Data items:
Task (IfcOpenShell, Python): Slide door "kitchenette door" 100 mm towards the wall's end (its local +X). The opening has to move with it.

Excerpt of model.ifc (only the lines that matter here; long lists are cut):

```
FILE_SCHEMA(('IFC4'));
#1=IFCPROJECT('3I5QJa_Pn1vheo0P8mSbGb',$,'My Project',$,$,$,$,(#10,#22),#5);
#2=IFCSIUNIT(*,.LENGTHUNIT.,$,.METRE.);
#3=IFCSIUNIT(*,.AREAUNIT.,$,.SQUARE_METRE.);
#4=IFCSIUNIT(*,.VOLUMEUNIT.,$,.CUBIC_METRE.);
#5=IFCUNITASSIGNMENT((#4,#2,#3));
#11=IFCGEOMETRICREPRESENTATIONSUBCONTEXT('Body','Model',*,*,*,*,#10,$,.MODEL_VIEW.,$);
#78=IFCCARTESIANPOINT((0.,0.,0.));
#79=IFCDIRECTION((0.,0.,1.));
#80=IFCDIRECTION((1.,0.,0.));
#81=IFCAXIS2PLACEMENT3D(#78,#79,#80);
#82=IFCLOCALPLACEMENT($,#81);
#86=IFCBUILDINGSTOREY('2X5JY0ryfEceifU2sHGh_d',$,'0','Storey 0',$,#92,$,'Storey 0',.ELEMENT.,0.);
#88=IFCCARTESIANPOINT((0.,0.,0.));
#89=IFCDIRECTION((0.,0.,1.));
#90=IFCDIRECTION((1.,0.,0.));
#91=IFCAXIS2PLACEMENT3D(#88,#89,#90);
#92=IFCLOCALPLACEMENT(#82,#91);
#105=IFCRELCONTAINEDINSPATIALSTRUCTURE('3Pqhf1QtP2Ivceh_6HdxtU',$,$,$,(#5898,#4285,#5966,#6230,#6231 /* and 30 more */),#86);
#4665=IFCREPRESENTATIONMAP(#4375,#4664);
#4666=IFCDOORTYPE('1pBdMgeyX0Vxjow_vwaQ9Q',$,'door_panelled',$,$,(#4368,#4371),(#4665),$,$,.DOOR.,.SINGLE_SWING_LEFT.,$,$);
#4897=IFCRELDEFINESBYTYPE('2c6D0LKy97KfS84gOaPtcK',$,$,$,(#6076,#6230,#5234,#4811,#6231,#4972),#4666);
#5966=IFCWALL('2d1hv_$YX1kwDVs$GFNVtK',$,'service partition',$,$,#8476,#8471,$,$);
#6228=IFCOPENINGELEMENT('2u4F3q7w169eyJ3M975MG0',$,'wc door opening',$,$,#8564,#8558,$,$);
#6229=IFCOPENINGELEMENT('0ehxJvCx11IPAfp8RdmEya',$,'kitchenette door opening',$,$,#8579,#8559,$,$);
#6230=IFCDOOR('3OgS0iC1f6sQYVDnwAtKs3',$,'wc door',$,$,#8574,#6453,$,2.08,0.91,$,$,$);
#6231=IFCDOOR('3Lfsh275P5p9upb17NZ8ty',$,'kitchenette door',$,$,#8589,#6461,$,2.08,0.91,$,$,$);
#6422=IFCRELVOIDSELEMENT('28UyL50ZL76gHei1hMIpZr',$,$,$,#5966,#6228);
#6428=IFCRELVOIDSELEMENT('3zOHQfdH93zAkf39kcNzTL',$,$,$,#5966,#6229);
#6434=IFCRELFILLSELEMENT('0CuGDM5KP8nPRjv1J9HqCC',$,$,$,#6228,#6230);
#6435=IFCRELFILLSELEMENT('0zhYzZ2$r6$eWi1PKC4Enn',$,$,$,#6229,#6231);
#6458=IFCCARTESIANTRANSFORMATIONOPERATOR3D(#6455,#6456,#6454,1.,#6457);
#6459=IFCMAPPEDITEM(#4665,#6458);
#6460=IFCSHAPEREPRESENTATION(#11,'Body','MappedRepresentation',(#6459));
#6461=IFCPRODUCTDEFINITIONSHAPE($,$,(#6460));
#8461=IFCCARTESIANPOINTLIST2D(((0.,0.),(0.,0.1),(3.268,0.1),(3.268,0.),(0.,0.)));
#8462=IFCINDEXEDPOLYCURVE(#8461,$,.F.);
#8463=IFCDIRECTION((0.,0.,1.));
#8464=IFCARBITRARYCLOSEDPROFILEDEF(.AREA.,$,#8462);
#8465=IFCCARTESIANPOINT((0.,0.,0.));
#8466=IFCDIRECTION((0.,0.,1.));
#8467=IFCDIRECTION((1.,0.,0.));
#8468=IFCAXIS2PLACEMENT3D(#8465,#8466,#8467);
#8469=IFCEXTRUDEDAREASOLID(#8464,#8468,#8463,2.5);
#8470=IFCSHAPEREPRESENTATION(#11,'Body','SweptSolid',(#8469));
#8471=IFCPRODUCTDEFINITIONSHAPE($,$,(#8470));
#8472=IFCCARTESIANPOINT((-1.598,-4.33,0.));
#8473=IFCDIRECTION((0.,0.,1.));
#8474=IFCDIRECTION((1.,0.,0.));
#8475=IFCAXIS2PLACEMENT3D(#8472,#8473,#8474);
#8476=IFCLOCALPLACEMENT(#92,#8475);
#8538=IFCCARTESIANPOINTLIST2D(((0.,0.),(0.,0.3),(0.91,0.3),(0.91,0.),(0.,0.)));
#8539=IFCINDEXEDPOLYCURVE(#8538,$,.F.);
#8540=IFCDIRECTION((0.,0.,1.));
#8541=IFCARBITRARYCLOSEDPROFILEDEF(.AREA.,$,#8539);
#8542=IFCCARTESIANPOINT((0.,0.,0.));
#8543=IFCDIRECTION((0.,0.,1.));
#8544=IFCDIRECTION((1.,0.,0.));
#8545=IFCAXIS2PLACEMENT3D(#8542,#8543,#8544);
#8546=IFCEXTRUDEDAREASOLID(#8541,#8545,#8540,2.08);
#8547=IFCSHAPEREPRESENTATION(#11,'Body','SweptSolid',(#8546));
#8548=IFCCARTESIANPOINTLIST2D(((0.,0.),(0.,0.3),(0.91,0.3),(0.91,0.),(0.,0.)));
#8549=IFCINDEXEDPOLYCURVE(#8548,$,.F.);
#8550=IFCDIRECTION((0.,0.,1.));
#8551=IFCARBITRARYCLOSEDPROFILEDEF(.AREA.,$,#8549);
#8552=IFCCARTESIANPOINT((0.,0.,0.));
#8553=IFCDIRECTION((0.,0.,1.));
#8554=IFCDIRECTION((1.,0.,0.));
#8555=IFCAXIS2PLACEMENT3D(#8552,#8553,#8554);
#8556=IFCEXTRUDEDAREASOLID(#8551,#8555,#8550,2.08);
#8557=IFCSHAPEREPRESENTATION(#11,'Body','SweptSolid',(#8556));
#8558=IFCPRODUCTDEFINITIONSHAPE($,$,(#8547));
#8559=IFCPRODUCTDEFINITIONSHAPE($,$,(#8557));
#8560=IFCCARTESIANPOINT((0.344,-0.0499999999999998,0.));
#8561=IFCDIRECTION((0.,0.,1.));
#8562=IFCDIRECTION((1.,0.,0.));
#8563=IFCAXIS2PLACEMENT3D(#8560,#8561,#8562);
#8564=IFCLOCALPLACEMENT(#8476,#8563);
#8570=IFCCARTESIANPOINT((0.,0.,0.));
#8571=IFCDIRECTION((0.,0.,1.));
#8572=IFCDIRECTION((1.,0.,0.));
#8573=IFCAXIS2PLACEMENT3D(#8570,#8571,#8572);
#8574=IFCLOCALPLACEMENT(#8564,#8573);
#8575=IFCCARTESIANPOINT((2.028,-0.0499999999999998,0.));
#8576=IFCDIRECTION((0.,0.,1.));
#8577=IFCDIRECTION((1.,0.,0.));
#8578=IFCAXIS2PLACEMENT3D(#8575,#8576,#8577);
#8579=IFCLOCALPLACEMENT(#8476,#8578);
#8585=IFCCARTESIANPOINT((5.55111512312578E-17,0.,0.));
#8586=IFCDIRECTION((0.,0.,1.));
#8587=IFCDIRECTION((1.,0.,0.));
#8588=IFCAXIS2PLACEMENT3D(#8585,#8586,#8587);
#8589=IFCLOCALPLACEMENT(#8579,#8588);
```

```python
import ifcopenshell
import ifcopenshell.api.geometry
import ifcopenshell.util.placement
import ifcopenshell.util.unit

model = ifcopenshell.open("model.ifc")
unit_scale = ifcopenshell.util.unit.calculate_unit_scale(model)

door = model.by_guid("3Lfsh275P5p9upb17NZ8ty")
opening = door.FillsVoids[0].RelatingOpeningElement
wall = opening.VoidsElements[0].RelatingBuildingElement

wall_matrix = ifcopenshell.util.placement.get_local_placement(wall.ObjectPlacement)
shift = wall_matrix[:3, 0] * 0.1 / unit_scale
before = ifcopenshell.util.placement.get_local_placement(door.ObjectPlacement)[:3, 3].copy()

# The door is placed relative to its opening, so it follows when the opening moves.
matrix = ifcopenshell.util.placement.get_local_placement(opening.ObjectPlacement)
matrix[:3, 3] += shift
ifcopenshell.api.geometry.edit_object_placement(
    model, product=opening, matrix=matrix, is_si=False, should_transform_children=True
)

after = ifcopenshell.util.placement.get_local_placement(door.ObjectPlacement)[:3, 3]
print("door moved by", (after - before).round(3) + 0.0)

model.write("model-out.ifc")
```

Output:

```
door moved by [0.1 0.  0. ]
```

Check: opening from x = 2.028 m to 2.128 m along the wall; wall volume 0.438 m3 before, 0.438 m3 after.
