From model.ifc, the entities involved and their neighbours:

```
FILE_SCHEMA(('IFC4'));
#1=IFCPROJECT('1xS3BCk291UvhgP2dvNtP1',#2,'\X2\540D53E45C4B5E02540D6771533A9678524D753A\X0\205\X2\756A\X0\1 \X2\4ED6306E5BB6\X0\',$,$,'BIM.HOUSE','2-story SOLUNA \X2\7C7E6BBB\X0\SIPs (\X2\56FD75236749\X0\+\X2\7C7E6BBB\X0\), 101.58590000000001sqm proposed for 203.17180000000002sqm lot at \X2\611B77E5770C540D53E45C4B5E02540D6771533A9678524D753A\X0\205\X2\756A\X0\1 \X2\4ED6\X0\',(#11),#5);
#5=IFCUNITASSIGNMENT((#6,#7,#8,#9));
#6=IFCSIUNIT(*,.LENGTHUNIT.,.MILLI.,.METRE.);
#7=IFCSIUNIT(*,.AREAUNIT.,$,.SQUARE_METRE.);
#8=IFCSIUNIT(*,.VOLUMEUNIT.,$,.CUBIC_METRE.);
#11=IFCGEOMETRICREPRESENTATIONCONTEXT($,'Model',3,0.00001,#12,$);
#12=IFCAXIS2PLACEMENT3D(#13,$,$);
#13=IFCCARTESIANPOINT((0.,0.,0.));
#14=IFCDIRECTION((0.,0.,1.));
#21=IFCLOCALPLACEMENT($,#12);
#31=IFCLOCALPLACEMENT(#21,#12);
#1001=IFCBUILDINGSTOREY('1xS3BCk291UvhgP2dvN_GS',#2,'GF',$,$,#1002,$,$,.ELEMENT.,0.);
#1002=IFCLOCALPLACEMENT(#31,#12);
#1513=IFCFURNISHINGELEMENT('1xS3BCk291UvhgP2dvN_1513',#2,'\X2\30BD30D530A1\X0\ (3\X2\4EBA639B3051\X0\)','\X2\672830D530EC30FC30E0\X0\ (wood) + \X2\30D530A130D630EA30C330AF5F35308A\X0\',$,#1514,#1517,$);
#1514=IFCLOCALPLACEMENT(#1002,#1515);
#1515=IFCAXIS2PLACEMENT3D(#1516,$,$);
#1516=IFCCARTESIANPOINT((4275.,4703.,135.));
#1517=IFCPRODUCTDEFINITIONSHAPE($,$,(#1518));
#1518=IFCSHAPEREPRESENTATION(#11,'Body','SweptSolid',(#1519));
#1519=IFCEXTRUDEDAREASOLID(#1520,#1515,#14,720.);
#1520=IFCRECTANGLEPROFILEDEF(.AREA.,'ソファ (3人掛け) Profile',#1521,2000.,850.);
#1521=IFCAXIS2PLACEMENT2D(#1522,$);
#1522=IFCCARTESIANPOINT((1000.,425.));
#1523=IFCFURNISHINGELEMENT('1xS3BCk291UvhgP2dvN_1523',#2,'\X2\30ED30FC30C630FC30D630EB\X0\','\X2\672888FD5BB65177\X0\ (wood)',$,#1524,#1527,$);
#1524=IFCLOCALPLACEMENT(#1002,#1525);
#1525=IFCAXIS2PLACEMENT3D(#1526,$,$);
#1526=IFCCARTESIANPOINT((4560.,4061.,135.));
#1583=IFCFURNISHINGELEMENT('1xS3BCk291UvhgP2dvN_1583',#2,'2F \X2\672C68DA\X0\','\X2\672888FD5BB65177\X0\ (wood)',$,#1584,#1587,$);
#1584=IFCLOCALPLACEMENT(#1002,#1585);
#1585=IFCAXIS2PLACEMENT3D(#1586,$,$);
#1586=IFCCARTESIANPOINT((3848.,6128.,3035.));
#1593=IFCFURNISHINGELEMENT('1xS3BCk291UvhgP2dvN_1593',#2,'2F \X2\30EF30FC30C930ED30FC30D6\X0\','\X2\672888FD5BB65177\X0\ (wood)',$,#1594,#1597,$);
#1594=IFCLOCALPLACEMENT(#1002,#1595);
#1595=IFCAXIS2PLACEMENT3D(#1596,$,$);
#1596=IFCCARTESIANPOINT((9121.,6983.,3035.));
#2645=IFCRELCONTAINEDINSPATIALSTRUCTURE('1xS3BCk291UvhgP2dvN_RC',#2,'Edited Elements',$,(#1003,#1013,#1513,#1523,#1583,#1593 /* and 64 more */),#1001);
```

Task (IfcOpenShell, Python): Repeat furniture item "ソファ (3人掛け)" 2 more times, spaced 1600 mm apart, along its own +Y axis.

```python
import ifcopenshell
import ifcopenshell.api.geometry
import ifcopenshell.api.root
import ifcopenshell.util.element
import ifcopenshell.util.placement
import ifcopenshell.util.unit

model = ifcopenshell.open("model.ifc")
unit_scale = ifcopenshell.util.unit.calculate_unit_scale(model)


def reuse_history(source, copy):
    """copy_class also copies each property set's owner history, people and application; keep the originals."""
    for rel in copy.IsDefinedBy:
        if rel.is_a("IfcRelDefinesByProperties") and (history := rel.RelatingPropertyDefinition.OwnerHistory):
            rel.RelatingPropertyDefinition.OwnerHistory = source.OwnerHistory
            ifcopenshell.util.element.remove_deep2(model, history)


source = model.by_guid("1xS3BCk291UvhgP2dvN_1513")
base = ifcopenshell.util.placement.get_local_placement(source.ObjectPlacement)
step = base[:3, 1] * 1.6 / unit_scale

for i in range(1, 3):
    copy = ifcopenshell.api.root.copy_class(model, product=source)
    copy.Representation = ifcopenshell.util.element.copy_deep(
        model, source.Representation, exclude=["IfcGeometricRepresentationContext", "IfcRepresentationMap"]
    )
    reuse_history(source, copy)
    matrix = base.copy()
    matrix[:3, 3] += i * step
    print("added at", matrix[:3, 3].round(3) + 0.0)
    ifcopenshell.api.geometry.edit_object_placement(model, product=copy, matrix=matrix, is_si=False)

model.write("model_updated.ifc")
```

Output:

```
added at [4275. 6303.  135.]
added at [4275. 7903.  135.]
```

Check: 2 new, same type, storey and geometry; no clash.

### Task item
Copy down every line of the entries containing the word "AREAUNIT".

### Written response
#3=IFCSIUNIT(*,.AREAUNIT.,$,.SQUARE_METRE.);
#7=IFCSIUNIT(*,.AREAUNIT.,$,.SQUARE_METRE.);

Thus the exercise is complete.